The ringer coil and clapper had been taken out of the telephone, and the two brass bells themselves had been carefully wrapped in tissue paper and stashed in separate places. Lepidopt wasn't worried about the cellular phone, which Marrity would reach if he called the number on the card Lepidopt had given him — the premonition had palpably been about telephone bells, not the electronic tone of a Motorola cellular phone.

"The letters must be at his house," said Malk. "We could go look for them right now."
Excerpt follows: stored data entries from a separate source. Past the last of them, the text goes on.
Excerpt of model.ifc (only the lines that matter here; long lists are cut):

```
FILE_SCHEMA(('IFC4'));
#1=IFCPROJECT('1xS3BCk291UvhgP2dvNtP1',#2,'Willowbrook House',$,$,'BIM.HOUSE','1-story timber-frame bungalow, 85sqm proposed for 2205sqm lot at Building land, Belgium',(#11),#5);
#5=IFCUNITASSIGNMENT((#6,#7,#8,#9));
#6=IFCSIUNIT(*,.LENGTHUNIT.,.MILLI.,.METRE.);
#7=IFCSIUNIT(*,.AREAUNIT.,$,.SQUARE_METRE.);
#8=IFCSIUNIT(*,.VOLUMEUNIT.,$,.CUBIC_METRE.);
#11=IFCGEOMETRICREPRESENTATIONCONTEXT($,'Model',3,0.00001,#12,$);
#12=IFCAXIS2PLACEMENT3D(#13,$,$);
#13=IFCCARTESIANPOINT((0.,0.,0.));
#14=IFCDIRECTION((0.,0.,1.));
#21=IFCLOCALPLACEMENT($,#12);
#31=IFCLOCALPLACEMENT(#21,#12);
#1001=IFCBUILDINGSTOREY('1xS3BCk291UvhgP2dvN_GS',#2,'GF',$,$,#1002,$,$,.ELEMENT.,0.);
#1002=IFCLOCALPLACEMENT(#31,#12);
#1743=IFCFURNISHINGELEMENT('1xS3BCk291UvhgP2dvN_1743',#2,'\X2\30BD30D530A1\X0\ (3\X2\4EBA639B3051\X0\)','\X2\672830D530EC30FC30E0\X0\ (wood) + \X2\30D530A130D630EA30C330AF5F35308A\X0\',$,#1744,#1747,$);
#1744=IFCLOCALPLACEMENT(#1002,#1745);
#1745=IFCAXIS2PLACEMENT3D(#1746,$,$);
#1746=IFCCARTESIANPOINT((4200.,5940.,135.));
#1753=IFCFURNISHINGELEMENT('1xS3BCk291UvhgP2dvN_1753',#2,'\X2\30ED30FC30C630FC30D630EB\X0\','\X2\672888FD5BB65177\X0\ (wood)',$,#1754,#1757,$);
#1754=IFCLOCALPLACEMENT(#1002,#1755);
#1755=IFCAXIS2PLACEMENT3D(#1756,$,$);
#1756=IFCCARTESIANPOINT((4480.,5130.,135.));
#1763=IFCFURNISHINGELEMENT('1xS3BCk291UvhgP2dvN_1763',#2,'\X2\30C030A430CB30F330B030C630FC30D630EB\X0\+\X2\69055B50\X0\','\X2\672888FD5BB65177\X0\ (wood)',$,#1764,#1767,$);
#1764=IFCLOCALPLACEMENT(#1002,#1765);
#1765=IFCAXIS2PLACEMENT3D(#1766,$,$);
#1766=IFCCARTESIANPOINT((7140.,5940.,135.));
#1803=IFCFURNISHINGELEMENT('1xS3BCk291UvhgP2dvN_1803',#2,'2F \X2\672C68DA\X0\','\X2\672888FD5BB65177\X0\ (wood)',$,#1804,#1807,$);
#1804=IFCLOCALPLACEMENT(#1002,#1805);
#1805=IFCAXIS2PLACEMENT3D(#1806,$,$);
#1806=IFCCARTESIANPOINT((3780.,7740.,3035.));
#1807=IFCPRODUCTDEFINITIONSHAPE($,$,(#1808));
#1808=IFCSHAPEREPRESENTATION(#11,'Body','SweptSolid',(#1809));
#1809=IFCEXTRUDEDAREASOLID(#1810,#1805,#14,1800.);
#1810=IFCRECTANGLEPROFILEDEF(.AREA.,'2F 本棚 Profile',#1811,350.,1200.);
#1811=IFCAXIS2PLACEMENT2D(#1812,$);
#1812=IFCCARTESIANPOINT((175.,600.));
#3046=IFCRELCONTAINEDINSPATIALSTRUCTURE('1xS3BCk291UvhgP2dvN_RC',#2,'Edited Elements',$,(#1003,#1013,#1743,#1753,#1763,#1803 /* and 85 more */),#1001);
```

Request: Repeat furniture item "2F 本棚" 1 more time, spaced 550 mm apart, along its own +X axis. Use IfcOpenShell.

```python
import ifcopenshell
import ifcopenshell.api.geometry
import ifcopenshell.api.root
import ifcopenshell.util.element
import ifcopenshell.util.placement

model = ifcopenshell.open("model.ifc")


def reuse_history(source, copy):
    """copy_class also copies each property set's owner history, people and application; keep the originals."""
    for rel in copy.IsDefinedBy:
        if rel.is_a("IfcRelDefinesByProperties") and (history := rel.RelatingPropertyDefinition.OwnerHistory):
            rel.RelatingPropertyDefinition.OwnerHistory = source.OwnerHistory
            ifcopenshell.util.element.remove_deep2(model, history)


source = model.by_id(1803)
base = ifcopenshell.util.placement.get_local_placement(source.ObjectPlacement)
step = base[:3, 0] * 550.0

for i in range(1, 2):
    copy = ifcopenshell.api.root.copy_class(model, product=source)
    copy.Representation = ifcopenshell.util.element.copy_deep(
        model, source.Representation, exclude=["IfcGeometricRepresentationContext", "IfcRepresentationMap"]
    )
    reuse_history(source, copy)
    matrix = base.copy()
    matrix[:3, 3] += i * step
    print("added at", matrix[:3, 3].round(3) + 0.0)
    ifcopenshell.api.geometry.edit_object_placement(model, product=copy, matrix=matrix, is_si=False)

model.write("model_v2.ifc")
```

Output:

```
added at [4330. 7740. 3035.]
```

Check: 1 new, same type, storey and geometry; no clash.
"No," said Lepidopt, who was sitting on the bed. "There's a thousand places in that house to hide letters; and he's being cooperative, considering his crash recruitment. Incidentally, Bert, I want you to go through his trash cans, before dawn, and find that burned-up VCR and videocassette."

"Okay. Does he believe his daughter's in big danger, and that you can save her?"

"Partly. Mostly."

"Odd that he wouldn't give you the letters right away. Why does he want to make copies of them?"

"So he can sell the originals, I imagine," said Lepidopt. If it were my son who was in danger, he thought, I would not be thinking first of making money from selling the Einstein letters.